The viral "Pizzagate" theory, which was quickly debunked, claimed that Democrats were operating a sex trafficking ring out of a Washington, DC, pizza joint. Seth Rich was a Democratic National Committee staffer whose death last year has spawned right-wing conspiracy theories aimed at casting doubt on Russia's election interference.
Tweets from some accounts, like those belonging to the state-owned Russian news agencies Russia Today and Sputnik, are displayed on the site's homepage because they are explicitly and openly linked to the Kremlin.
An RT spokesperson denied in a statement to Business Insider that it parrots or advances Russian government interests.
"Reminds us of the intelligence report that presented RT's programs from 2012 as evidence that we interfered in the 2016 election," the spokesperson said. "With this level of intelligence and advisory - best of luck to everyone on the receiving end of it."
The other accounts being tracked by Hamilton 68 "were selected for their relationship to Russian-sponsored influence and disinformation campaigns, and not because of any domestic political content," according to the site.
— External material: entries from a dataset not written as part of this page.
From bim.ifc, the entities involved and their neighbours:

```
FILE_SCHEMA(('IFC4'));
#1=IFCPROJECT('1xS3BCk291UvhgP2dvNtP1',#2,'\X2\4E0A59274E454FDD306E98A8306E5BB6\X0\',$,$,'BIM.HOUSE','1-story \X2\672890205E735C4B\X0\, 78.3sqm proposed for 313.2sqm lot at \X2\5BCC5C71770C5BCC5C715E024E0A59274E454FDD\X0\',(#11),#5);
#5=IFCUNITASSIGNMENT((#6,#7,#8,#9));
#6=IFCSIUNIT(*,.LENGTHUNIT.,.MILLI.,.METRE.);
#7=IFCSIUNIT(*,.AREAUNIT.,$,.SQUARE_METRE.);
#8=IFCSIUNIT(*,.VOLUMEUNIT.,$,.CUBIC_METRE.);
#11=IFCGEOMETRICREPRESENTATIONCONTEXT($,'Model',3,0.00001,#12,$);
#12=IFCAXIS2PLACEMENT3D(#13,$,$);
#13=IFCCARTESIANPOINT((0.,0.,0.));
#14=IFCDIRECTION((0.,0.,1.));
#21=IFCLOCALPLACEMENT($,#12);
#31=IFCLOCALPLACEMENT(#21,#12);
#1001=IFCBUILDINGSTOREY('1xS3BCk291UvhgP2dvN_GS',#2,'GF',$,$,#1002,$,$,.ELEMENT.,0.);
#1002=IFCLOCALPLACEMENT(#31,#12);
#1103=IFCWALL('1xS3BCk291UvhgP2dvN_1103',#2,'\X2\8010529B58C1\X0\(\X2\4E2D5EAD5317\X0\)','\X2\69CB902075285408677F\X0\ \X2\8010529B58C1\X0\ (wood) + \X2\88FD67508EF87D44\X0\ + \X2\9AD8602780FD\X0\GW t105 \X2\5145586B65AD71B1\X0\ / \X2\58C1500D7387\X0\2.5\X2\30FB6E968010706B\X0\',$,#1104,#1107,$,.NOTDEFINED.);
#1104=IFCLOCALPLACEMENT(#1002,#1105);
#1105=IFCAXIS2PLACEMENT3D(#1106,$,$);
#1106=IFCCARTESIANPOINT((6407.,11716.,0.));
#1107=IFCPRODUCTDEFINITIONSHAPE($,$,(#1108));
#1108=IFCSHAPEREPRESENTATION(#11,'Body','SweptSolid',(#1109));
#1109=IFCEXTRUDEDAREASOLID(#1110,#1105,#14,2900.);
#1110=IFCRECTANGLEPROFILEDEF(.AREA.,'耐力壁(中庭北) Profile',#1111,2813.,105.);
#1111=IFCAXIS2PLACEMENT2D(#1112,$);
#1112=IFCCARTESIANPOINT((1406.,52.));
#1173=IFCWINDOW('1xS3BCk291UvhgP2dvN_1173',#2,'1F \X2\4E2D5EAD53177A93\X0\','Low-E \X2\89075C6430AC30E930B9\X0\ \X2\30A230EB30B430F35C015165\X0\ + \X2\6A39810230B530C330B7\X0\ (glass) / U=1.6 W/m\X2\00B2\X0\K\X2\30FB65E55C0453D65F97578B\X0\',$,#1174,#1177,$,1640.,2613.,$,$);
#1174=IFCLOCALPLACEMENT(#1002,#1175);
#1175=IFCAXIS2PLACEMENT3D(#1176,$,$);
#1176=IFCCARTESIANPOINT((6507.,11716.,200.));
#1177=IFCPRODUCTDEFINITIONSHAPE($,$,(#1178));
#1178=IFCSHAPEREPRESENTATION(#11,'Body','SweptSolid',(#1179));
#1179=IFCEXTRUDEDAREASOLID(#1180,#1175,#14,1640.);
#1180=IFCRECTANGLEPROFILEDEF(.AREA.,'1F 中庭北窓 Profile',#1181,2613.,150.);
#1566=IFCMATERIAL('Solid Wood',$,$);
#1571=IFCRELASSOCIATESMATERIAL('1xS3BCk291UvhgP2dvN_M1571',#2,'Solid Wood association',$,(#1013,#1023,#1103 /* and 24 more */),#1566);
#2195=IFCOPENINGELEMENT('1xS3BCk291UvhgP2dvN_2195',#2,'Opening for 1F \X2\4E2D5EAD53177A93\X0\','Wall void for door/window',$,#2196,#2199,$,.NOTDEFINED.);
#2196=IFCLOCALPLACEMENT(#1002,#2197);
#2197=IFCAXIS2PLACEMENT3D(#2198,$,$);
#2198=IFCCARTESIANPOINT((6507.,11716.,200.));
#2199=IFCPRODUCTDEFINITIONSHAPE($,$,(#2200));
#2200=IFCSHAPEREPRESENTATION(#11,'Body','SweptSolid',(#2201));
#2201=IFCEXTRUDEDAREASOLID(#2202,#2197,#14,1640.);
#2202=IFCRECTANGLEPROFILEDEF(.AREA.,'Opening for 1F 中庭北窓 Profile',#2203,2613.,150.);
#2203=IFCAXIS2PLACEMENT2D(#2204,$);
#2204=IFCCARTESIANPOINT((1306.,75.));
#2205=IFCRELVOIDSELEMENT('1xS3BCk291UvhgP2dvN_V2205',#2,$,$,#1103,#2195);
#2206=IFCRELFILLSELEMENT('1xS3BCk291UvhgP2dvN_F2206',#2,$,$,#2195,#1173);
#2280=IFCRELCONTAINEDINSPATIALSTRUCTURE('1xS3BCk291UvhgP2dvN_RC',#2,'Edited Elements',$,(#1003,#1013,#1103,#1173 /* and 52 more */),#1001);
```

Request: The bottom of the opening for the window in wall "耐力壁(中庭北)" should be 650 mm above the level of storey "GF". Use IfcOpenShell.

```python
import numpy as np
import ifcopenshell
import ifcopenshell.api.geometry
import ifcopenshell.geom
import ifcopenshell.util.element
import ifcopenshell.util.placement
import ifcopenshell.util.shape
import ifcopenshell.util.unit

model = ifcopenshell.open("bim.ifc")
unit_scale = ifcopenshell.util.unit.calculate_unit_scale(model)

window = model.by_guid("1xS3BCk291UvhgP2dvN_1173")
opening = window.FillsVoids[0].RelatingOpeningElement
storey = ifcopenshell.util.element.get_container(window, ifc_class="IfcBuildingStorey")
level = ifcopenshell.util.placement.get_local_placement(storey.ObjectPlacement)[2, 3]

# The opening's origin need not be at the sill, so measure its lowest point.
shape = ifcopenshell.geom.create_shape(ifcopenshell.geom.settings(), opening)
bottom = ifcopenshell.util.shape.get_shape_bottom_elevation(shape, shape.geometry) / unit_scale
dz = level + 0.65 / unit_scale - bottom

shift = np.array([0.0, 0.0, dz])
# The window is not placed relative to its opening, so move both.
for product in (opening, window):
    matrix = ifcopenshell.util.placement.get_local_placement(product.ObjectPlacement)
    matrix[:3, 3] += shift
    ifcopenshell.api.geometry.edit_object_placement(model, product=product, matrix=matrix, is_si=False)

print(f"moved by {dz * unit_scale:+.3f} m")

model.write("bim-out.ifc")
```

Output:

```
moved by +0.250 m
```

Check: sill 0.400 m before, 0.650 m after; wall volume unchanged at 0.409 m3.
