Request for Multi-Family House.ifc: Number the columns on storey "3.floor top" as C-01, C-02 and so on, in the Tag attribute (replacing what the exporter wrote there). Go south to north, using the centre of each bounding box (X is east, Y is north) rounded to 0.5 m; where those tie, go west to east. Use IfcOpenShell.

First a look at what the model holds.

```python
import ifcopenshell
import ifcopenshell.util.element
import ifcopenshell.util.placement

model = ifcopenshell.open("Multi-Family House.ifc")
print(model.schema)
storey = next(s for s in model.by_type("IfcBuildingStorey") if s.Name == "3.floor top")
columns = [e for e in ifcopenshell.util.element.get_decomposition(storey) if e.is_a("IfcColumn")]
for e in sorted(columns, key=lambda e: e.id()):
    origin = ifcopenshell.util.placement.get_local_placement(e.ObjectPlacement)[:3, 3]
    print(e.id(), e.Tag, e.Name, origin.round(2) + 0.0, sep=" | ")
```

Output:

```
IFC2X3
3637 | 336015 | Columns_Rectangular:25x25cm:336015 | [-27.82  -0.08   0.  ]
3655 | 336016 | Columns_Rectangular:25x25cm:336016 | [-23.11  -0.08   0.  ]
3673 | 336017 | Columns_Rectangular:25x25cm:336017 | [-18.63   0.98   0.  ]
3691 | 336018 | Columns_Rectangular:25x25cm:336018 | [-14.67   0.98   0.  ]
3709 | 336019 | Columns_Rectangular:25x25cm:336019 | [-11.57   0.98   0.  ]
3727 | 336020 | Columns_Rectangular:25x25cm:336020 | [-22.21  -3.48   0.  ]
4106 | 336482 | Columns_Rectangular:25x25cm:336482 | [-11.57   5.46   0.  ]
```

```python
import ifcopenshell
import ifcopenshell.geom
import ifcopenshell.util.element
import ifcopenshell.util.shape

model = ifcopenshell.open("Multi-Family House.ifc")
settings = ifcopenshell.geom.settings()
settings.set("use-world-coords", True)


def centre(element):
    shape = ifcopenshell.geom.create_shape(settings, element)
    return ifcopenshell.util.shape.get_bbox_centroid(shape.geometry)


storey = next(s for s in model.by_type("IfcBuildingStorey") if s.Name == "3.floor top")
columns = [e for e in ifcopenshell.util.element.get_decomposition(storey) if e.is_a("IfcColumn")]

# Insertion points can sit at a corner or the storey origin, so sort by the geometry (in metres).
centres = {e: centre(e) for e in columns}
columns.sort(key=lambda e: (round(centres[e][1] / 0.5), centres[e][0]))

for i, e in enumerate(columns, start=1):
    number = f"C-{i:02d}"
    e.Tag = number
    print(e.id(), number)

model.write("Multi-Family House_updated.ifc")
```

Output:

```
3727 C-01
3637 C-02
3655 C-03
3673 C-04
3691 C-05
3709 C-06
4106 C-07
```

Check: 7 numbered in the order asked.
The researchers say they monitored the datasets "for months" and concluded that these 600 accounts participated "in specific disinformation campaigns synchronized with Russia Today and Sputnik News, linked to users who self-identified as promoting pro-Russian viewpoints, or were bots providing support to members of the first two categories."
As of August 2, the top URL being shared by these accounts was an InfoWars story about Rich that was sourced to Trump confidante Roger Stone. The top hashtag being used by these accounts was "#MAGA" - an acronym for President Donald Trump's campaign slogan, Make America Great Again - followed closely by "#sethrich" and "#fakenews."
Rosenberger also expressed concern about reports that Secretary of State Rex Tillerson does not plan to accept the $80 million recently allocated by Congress to the State Department to fight ISIS propaganda and Russian disinformation.
"It's pretty clear we are behind the curve here," Rosenberger said. "Our European allies have been dealing with this for quite some time."
Tillerson is reportedly concerned that the funds will anger Moscow - a worry that Rosenberger said was "misplaced" and offers "insight into the naïveté with which they're approaching this issue."
"Russia is taking an adversarial posture toward democratic institutions and the West," she said. "Our government needs to be at the forefront of that defense."